When confronted he confessed everything and made an immediate appointment with our MC. He offered full transparency. He gave me his work phone, deleted his email, let me have all passwords and offered for me to GPS his phone. But, then he started screwing up from there.

The snowball-
He kept "forgetting" to bring home the phone. Then he finally gave me the phone AFTER deleting everything and after telling me I could look at the innocence of the texts etc. Now, he has also become defensive and doesn't want to keep rehashing his mistake (it's only been 2 weeks). Last night he asked me to go away with him to our cabin but I refused as I am a student and have finals in the next 2 weeks (I also work full time). Then, we had a fight about him going at all and how I may be insecure with that for now. I thought he had given up the idea for this weekend anyway... Nope, this morning we both left as usual for work and then apparently he went back home and packed up his weekend bag to go there. I found out this morning when I GPS located him. His story is that he told me he was going and that I declined? I either had some crazy blackout or he had this conversation with himself. What do I do? So far I told him that I hoped he packed everything because he can stay there for good.


----------



## SlowlyGettingWiser (Apr 7, 2012)

Were you two in MC BEFORE you discovered this 'friendship'?


----------



## Shaggy (Jul 17, 2011)

Red flags here.
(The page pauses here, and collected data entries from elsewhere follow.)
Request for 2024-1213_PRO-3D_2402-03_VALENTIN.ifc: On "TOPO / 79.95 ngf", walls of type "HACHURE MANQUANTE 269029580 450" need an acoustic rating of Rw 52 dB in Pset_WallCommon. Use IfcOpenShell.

First a look at what the model holds.

```python
import ifcopenshell
import ifcopenshell.util.element

model = ifcopenshell.open("2024-1213_PRO-3D_2402-03_VALENTIN.ifc")
print(model.schema)
storey = next(s for s in model.by_type("IfcBuildingStorey") if s.Name == "TOPO / 79.95 ngf")
walls = [e for e in ifcopenshell.util.element.get_decomposition(storey) if e.is_a("IfcWall")]
seen = {}
for e in walls:
    element_type = ifcopenshell.util.element.get_type(e)
    key = (element_type.Name if element_type != e and element_type else None, ifcopenshell.util.element.get_pset(e, "Pset_WallCommon", "AcousticRating"))
    seen[key] = seen.get(key, 0) + 1
for (name, value), count in sorted(seen.items(), key=str):
    print(count, "x", name, "|", value)
```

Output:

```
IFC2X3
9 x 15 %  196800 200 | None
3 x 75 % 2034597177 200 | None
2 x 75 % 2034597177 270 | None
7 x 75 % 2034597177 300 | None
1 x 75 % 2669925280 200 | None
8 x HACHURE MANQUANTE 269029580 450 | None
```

```python
import ifcopenshell
import ifcopenshell.api.pset
import ifcopenshell.util.element

model = ifcopenshell.open("2024-1213_PRO-3D_2402-03_VALENTIN.ifc")

storey = next(s for s in model.by_type("IfcBuildingStorey") if s.Name == "TOPO / 79.95 ngf")
walls = [e for e in ifcopenshell.util.element.get_decomposition(storey) if e.is_a("IfcWall")]

count = 0
for e in walls:
    element_type = ifcopenshell.util.element.get_type(e)
    if element_type in (None, e) or element_type.Name != "HACHURE MANQUANTE 269029580 450":
        continue
    # add_pset returns the element's existing set when there is one.
    pset = ifcopenshell.api.pset.add_pset(model, product=e, name="Pset_WallCommon")
    ifcopenshell.api.pset.edit_pset(model, pset=pset, properties={"AcousticRating": "Rw 52 dB"})
    count += 1

print(count, "walls updated")

model.write("2024-1213_PRO-3D_2402-03_VALENTIN-out.ifc")
```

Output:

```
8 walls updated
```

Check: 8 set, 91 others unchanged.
He got caught said the right things and then realized he count end it with her. You are now being played.

Time to call him out and fir him to make the choice of you or her.

Can you pop up there and visit? I'm wondering if he plans on meeting here up there now that you are safely at home.
_Posted via Mobile Device_


----------



## 827Aug (Apr 27, 2008)

Of course he knew you would decline the offer. That's why he came up with the vacation plan. He knew you would be too busy with finals. He thinks he is home free. Show up to the cabin unannounced one evening.


----------



## Crazytown (Sep 27, 2010)

SlowlyGettingWiser said:


> Were you two in MC BEFORE you discovered this 'friendship'?


No. We had stopped going a long time ago. I still do IC and he was supposed to be going. But, apparently he is too busy to go...ha


----------



## Crazytown (Sep 27, 2010)

Shaggy said:


> Red flags here. He got caught said the right things and then realized he count end it with her. You are now being played.
> 
> Time to call him out and fir him to make the choice of you or her.
> 
> ...


I was pretty sure someone would say that...
The only thing leading me to believe that couldn't be true is the fact that I contacted the OW's husband when I first found out. I'm pretty sure he is keeping her on a tight leash. But, I could be wrong...

And I can't pop in unannounced because I am "trapped" here with 2 small kiddos and finals to study for (it's a few hours away). I guess I want to know if you guys think I should change the locks before he gets home??? Or do the 180?? Or bury my head in the sand or what... I'm in a bind because I depend on his help with the kids to finish school and I have to work.


----------



## SlowlyGettingWiser (Apr 7, 2012)

It is probably ILLEGAL to change the locks and lock your husband out of your marital home.

Can ANYONE watch your kids for a few hours (8pm-2am) while you drive up, check it out, drive home again? It is going to be difficult to concentrate on studying for finals if these questions are niggling at the back of your mind. OR

Can you contact the OW's husband and ENSURE that she is, in fact, IN TOWN while your husband is up at the cabin. If she's on a 'trip' or a 'business trip' or 'visiting a sick relative' you can always give OW's husband a heads-up that YOUR husband is up at the cabin.


----------



## Shaggy (Jul 17, 2011)

I'd reach out to the OW husband and touch base today. See what she's up to and if she's git any weekend plans.
_Posted via Mobile Device_


----------



## Crazytown (Sep 27, 2010)

I looked on facebook (her wall is open...idiot) and she and her husband are doing work on their house this weekend. They were "checked" in at a hardware store in the last few hours. So, I feel ok about that. But, I hate feeling like I'm being played as an idiot either way.


----------